#### [ACTIVITY]
Begin at the line below that has "Request for LightFixtureTest01-1.ifc: Add" and stop after the line that has "Check: 1 elements". Please restate only those lines, word for word.

#### [SOURCE MATERIAL]
---*---
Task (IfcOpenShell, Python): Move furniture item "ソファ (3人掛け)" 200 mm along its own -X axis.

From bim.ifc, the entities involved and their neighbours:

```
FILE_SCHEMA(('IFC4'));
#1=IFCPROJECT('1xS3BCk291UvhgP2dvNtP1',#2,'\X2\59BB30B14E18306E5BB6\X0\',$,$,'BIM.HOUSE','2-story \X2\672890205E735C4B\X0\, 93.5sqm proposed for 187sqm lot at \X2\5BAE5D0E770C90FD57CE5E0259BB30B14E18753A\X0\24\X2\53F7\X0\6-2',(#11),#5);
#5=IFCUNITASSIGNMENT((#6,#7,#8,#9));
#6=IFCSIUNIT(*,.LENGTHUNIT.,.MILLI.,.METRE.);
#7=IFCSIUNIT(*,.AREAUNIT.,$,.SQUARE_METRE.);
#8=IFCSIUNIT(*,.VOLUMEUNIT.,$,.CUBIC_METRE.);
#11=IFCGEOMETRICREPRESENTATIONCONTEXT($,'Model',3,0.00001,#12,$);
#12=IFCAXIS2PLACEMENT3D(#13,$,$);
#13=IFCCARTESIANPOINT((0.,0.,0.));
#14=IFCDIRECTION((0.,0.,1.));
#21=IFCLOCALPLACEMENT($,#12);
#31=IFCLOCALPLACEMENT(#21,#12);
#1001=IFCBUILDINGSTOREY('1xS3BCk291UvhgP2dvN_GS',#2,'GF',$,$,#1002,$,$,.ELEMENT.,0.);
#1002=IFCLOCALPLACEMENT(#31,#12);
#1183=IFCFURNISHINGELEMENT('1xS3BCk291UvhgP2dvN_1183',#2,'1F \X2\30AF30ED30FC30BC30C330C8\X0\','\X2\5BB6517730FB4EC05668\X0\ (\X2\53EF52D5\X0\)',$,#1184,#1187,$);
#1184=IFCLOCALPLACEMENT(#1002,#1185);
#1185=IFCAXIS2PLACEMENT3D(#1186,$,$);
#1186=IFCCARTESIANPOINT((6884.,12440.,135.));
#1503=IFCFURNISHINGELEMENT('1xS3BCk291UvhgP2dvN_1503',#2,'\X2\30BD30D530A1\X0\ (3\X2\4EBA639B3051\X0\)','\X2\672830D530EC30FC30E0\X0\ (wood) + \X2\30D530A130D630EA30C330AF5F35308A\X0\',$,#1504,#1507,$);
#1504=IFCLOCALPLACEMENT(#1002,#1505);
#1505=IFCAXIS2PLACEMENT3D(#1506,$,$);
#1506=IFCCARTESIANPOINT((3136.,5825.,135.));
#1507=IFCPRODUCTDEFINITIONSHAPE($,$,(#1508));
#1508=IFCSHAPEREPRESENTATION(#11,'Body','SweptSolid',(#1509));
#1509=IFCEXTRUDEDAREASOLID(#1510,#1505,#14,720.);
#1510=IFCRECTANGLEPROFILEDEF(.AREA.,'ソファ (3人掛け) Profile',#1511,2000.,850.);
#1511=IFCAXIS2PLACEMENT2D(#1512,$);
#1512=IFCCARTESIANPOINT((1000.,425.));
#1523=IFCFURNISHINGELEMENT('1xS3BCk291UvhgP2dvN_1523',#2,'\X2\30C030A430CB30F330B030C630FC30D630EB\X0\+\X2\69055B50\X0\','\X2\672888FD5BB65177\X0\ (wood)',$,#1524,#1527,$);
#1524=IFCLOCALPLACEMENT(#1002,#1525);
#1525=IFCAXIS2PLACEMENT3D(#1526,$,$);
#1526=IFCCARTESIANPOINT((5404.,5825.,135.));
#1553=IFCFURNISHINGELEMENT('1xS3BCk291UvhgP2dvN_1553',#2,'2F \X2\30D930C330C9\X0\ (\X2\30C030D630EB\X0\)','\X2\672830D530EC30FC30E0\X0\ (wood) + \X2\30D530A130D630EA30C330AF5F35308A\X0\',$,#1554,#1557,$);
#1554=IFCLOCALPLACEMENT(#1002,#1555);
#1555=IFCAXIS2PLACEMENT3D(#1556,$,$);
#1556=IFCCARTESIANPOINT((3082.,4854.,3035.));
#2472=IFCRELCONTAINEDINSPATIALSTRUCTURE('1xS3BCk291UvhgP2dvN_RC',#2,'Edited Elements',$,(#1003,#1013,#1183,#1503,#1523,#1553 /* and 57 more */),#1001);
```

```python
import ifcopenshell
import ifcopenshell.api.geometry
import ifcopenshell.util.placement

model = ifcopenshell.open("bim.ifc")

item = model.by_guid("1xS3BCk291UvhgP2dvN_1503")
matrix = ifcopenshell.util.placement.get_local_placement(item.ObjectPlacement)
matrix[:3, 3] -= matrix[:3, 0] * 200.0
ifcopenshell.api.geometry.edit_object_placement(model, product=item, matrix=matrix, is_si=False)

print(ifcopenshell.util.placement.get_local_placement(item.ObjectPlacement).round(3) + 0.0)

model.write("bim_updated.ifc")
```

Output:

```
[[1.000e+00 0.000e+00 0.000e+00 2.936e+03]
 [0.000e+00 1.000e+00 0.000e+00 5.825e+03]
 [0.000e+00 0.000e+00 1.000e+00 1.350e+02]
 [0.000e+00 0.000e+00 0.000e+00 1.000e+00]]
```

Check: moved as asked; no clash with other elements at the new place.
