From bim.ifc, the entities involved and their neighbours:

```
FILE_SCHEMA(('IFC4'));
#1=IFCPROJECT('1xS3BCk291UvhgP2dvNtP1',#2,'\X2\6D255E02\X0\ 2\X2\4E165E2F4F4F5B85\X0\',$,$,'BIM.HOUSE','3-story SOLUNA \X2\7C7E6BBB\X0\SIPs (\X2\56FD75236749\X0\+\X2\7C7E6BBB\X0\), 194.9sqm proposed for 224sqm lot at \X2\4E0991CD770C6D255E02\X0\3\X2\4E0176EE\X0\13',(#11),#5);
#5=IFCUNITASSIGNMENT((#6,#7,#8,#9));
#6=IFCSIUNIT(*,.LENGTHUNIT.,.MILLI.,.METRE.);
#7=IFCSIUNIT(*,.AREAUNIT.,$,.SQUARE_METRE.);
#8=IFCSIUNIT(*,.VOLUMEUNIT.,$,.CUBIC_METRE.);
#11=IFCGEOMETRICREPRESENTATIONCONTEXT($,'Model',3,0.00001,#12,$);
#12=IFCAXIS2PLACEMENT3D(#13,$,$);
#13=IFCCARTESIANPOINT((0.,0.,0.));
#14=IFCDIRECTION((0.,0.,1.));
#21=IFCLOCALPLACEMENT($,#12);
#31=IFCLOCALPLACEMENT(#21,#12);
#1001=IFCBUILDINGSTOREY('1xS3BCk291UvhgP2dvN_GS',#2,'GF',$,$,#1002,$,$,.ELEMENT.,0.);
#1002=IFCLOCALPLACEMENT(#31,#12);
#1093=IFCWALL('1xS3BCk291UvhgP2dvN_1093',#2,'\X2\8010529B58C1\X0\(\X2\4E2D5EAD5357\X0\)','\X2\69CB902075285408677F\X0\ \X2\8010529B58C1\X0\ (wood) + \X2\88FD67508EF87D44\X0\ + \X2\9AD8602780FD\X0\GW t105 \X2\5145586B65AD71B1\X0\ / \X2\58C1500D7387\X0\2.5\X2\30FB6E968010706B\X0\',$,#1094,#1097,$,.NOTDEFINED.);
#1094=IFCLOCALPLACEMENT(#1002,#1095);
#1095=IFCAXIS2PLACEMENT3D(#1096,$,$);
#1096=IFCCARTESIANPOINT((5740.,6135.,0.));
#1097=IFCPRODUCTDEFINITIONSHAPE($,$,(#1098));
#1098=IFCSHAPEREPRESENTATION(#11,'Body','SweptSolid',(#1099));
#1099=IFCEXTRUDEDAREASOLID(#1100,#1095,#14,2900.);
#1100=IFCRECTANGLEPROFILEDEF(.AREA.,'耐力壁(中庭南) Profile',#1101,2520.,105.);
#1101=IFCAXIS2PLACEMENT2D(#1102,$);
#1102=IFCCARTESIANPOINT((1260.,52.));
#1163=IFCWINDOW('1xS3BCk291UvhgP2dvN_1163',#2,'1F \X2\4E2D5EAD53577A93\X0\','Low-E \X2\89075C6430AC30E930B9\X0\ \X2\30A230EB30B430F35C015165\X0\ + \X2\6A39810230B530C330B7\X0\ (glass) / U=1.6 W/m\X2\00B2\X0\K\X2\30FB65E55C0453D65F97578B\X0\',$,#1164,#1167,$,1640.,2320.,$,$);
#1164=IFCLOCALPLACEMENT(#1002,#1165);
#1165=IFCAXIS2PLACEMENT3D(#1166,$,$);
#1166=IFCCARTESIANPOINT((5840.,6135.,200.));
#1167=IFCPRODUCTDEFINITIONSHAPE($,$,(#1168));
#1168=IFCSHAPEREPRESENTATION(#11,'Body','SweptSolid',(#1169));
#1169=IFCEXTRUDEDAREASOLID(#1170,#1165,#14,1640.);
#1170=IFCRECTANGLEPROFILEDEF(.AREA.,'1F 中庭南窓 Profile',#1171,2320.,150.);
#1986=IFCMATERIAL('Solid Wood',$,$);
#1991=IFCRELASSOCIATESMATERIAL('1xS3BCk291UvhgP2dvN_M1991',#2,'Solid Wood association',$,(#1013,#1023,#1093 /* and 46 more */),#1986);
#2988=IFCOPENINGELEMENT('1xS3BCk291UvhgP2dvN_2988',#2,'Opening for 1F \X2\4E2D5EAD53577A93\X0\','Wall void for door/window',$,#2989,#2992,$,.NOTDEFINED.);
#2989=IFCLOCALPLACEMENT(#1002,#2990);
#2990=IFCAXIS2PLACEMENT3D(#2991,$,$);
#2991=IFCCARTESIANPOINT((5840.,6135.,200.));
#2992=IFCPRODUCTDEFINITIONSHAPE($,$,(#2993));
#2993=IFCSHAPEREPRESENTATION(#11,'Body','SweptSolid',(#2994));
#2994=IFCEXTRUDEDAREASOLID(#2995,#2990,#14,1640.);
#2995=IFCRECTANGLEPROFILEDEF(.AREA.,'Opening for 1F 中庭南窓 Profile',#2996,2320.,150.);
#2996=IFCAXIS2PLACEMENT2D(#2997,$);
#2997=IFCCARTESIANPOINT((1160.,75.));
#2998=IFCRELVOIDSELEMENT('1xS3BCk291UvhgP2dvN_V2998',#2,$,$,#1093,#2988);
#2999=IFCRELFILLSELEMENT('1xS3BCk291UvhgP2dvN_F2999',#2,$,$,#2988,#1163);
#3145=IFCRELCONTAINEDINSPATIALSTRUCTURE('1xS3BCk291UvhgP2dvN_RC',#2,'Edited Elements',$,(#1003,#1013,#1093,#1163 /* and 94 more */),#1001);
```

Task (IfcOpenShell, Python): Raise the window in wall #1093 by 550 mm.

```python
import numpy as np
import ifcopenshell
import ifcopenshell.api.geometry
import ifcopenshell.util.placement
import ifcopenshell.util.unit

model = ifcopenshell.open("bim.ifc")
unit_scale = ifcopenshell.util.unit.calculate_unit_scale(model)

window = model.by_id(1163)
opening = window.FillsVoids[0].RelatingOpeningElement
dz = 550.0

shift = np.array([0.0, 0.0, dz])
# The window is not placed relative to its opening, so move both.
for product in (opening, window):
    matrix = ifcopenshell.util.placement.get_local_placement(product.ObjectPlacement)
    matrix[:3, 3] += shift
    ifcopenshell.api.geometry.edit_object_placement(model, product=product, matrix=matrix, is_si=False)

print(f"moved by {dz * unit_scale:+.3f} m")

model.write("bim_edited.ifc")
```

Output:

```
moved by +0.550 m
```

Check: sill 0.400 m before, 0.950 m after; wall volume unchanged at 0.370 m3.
---*---
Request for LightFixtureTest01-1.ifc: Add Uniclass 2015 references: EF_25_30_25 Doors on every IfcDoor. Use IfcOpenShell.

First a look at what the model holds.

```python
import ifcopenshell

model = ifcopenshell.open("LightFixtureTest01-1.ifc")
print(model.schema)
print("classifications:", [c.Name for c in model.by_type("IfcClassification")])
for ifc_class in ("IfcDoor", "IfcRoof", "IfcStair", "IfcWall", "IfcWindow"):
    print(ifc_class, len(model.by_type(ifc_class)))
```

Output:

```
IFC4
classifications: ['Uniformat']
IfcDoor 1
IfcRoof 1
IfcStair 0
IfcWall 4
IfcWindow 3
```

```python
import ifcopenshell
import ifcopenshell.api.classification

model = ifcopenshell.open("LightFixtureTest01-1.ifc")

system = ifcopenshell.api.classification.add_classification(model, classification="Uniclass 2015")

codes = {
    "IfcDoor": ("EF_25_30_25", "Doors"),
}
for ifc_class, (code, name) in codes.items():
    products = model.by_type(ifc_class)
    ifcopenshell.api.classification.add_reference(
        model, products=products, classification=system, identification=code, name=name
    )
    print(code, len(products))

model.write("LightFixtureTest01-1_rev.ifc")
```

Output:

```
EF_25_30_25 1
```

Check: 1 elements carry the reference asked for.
---*---
#### [RESPONSE]
Request for LightFixtureTest01-1.ifc: Add Uniclass 2015 references: EF_25_30_25 Doors on every IfcDoor. Use IfcOpenShell.

First a look at what the model holds.

```python
import ifcopenshell

model = ifcopenshell.open("LightFixtureTest01-1.ifc")
print(model.schema)
print("classifications:", [c.Name for c in model.by_type("IfcClassification")])
for ifc_class in ("IfcDoor", "IfcRoof", "IfcStair", "IfcWall", "IfcWindow"):
    print(ifc_class, len(model.by_type(ifc_class)))
```

Output:

```
IFC4
classifications: ['Uniformat']
IfcDoor 1
IfcRoof 1
IfcStair 0
IfcWall 4
IfcWindow 3
```

```python
import ifcopenshell
import ifcopenshell.api.classification

model = ifcopenshell.open("LightFixtureTest01-1.ifc")

system = ifcopenshell.api.classification.add_classification(model, classification="Uniclass 2015")

codes = {
    "IfcDoor": ("EF_25_30_25", "Doors"),
}
for ifc_class, (code, name) in codes.items():
    products = model.by_type(ifc_class)
    ifcopenshell.api.classification.add_reference(
        model, products=products, classification=system, identification=code, name=name
    )
    print(code, len(products))

model.write("LightFixtureTest01-1_rev.ifc")
```

Output:

```
EF_25_30_25 1
```

Check: 1 elements carry the reference asked for.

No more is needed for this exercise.